Clinical benefit of readministration of gefitinib for initial gefitinib-responders with non-small cell lung cancer

Hiroshi Yokouchi 1,7, Koichi Yamazaki 1,7,, Ichiro Kinoshita 2,7, Jun Konishi 1,7, Hajime Asahina 1,7, Noriaki Sukoh 3,7, Masao Harada 3,7, Kenji Akie 4,7, Shigeaki Ogura 4,7, Takashi Ishida 5,7, Mitsuru Munakata 5,7, Hirotoshi Dosaka-Akita 2,7, Hiroshi Isobe 3,6,7, Masaharu Nishimura 1,7
PMCID: PMC1838917  PMID: 17374153

Abstract

Background

Gefitinib, an oral agent of epidermal growth factor receptor tyrosine kinase inhibitor, has a certain efficacy against non-small cell lung cancer (NSCLC). Several predictive factors of gefitinib sensitivity have been well described. However, few studies have investigated the clinical features of gefitinib-responders. In the present study, we analyzed the response and disease progression of primary and metastatic lesions to gefitinib in responders and the results of gefitinib readministration following temporary cessation of gefitinib upon progression of initial gefitinib treatment and other treatments.

Method

We retrospectively evaluated the clinical courses of 27 NSCLC patients who received gefitinib and achieved either a complete or partial response.

Results

The best-response rate and disease-control rate against the initial chemotherapy for the gefitinib-responders were 27.3% and 77.3%, respectively.
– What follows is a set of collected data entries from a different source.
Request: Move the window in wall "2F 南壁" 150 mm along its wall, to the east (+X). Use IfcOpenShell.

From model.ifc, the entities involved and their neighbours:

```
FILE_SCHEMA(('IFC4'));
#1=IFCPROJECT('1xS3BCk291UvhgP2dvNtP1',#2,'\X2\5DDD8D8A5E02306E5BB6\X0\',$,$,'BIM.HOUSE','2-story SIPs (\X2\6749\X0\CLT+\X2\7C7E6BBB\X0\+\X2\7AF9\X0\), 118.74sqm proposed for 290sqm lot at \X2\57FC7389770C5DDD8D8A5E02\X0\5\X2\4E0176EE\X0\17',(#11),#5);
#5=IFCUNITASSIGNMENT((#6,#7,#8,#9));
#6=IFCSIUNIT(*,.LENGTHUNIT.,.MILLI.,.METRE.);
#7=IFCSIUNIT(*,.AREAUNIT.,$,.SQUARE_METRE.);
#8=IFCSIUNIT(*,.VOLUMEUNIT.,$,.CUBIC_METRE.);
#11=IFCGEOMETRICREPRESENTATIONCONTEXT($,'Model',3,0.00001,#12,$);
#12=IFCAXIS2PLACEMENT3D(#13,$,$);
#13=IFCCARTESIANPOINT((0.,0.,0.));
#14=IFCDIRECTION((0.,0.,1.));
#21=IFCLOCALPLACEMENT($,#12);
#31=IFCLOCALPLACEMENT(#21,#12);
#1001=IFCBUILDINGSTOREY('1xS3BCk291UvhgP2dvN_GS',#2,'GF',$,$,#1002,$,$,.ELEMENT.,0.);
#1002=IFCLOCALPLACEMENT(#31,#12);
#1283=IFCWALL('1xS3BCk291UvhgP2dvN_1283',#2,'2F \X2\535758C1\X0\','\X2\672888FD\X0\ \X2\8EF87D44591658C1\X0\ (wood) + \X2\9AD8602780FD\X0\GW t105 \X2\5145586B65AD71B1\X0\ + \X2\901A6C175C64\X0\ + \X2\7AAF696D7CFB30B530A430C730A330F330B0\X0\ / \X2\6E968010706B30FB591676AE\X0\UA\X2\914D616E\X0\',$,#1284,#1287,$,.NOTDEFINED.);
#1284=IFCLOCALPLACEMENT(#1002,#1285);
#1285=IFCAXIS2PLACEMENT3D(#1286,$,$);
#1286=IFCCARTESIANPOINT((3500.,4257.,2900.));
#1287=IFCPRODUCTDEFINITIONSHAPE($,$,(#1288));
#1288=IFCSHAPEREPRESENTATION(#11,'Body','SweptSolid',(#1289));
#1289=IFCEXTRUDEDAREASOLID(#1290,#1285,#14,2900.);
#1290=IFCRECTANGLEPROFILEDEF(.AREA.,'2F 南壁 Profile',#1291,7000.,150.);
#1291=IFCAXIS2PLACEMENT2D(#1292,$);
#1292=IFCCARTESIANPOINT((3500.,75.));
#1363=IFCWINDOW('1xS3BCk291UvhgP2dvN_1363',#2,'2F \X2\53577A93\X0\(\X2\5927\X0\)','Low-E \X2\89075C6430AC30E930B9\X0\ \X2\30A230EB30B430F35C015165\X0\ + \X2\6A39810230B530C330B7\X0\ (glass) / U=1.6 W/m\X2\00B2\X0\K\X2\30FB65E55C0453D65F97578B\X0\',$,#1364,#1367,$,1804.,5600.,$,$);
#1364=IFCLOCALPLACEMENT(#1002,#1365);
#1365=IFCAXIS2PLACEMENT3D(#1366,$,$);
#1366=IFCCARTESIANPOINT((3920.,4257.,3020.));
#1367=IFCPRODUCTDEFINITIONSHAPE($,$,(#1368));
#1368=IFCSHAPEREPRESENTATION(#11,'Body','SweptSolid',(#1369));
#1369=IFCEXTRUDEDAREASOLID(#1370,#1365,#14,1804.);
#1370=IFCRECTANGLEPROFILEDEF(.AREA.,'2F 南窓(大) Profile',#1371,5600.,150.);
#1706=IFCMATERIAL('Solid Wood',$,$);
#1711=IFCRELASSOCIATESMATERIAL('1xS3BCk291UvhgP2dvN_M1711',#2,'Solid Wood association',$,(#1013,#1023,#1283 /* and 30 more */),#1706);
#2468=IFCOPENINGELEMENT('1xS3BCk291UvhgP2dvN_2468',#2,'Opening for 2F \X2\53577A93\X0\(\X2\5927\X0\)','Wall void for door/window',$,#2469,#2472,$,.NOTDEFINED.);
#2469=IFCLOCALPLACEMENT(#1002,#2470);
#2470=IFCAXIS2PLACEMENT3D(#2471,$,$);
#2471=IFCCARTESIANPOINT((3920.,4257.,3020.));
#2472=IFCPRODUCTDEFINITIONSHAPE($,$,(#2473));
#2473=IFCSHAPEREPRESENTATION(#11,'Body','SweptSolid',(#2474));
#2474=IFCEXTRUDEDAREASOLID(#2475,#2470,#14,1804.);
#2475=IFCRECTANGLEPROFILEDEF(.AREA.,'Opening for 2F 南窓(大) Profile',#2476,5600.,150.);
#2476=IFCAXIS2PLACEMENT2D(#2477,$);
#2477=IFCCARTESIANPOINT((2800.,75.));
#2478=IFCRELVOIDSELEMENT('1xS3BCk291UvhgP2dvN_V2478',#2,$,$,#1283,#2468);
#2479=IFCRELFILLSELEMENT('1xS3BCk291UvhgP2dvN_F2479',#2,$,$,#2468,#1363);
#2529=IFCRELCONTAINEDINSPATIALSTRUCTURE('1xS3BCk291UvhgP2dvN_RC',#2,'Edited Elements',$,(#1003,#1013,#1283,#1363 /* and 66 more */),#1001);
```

```python
import ifcopenshell
import ifcopenshell.api.geometry
import ifcopenshell.util.placement
import ifcopenshell.util.unit

model = ifcopenshell.open("model.ifc")
unit_scale = ifcopenshell.util.unit.calculate_unit_scale(model)

window = model.by_guid("1xS3BCk291UvhgP2dvN_1363")
opening = window.FillsVoids[0].RelatingOpeningElement
wall = opening.VoidsElements[0].RelatingBuildingElement

wall_matrix = ifcopenshell.util.placement.get_local_placement(wall.ObjectPlacement)
shift = wall_matrix[:3, 0] * 0.15 / unit_scale
before = ifcopenshell.util.placement.get_local_placement(window.ObjectPlacement)[:3, 3].copy()

# The window is not placed relative to its opening, so move both.
for product in (opening, window):
    matrix = ifcopenshell.util.placement.get_local_placement(product.ObjectPlacement)
    matrix[:3, 3] += shift
    ifcopenshell.api.geometry.edit_object_placement(model, product=product, matrix=matrix, is_si=False)

after = ifcopenshell.util.placement.get_local_placement(window.ObjectPlacement)[:3, 3]
print("window moved by", (after - before).round(3) + 0.0)

model.write("model_updated.ifc")
```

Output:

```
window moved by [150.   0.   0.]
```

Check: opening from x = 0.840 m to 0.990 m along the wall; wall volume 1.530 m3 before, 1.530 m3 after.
Favorable efficacy was observed in the primary lesion and metastases to the lung, liver and brain, while there was no obvious effect on bone metastasis. The primary lesion and intrapulmonary metastasis were the sites of major recurrence. Median progression-free survival was 13.8 months, median duration of gefitinib treatment was 17.0 months and median overall survival was 29.2 months. Some of the patients who experienced disease progression after responding to gefitinib were again sensitive to readministration of gefitinib following temporary cessation of gefitinib and other treatments.

Conclusion

Patients may still be expected to have prolonged survival if they once responded to gefitinib and then underwent various subsequent treatments followed by readministration of gefitinib. These findings might provide valuable information for the management of gefitinib-responders.

Background

Although chemotherapy improves survival in advanced NSCLC patients, it appears to have reached a therapeutic plateau and novel approaches are urgently required. Under these circumstances, inhibition of the epidermal growth factor receptor (EGFR) tyrosine kinase has emerged as a therapeutic option in patients with NSCLC. Gefitinib, an oral EGFR tyrosine kinase inhibitor (EGFR-TKI), is a leading agent in this class of novel therapeutic agents. It is now clear that there are limited subgroups of patients who derive particular benefit from this treatment. Two major phase II trials [1,2], large expanded access programs across the world [3-6] and other studies [7,8] have demonstrated a higher objective-response rate and prolonged survival in women, never-smokers, patients with adenocarcinoma, and East-Asian patients. Moreover, a prospective trial using gefitinib as a first-line therapy for advanced lung adenocarcinoma patients with never smoking status was conducted in Korea, with excellent efficacy confirmed [9].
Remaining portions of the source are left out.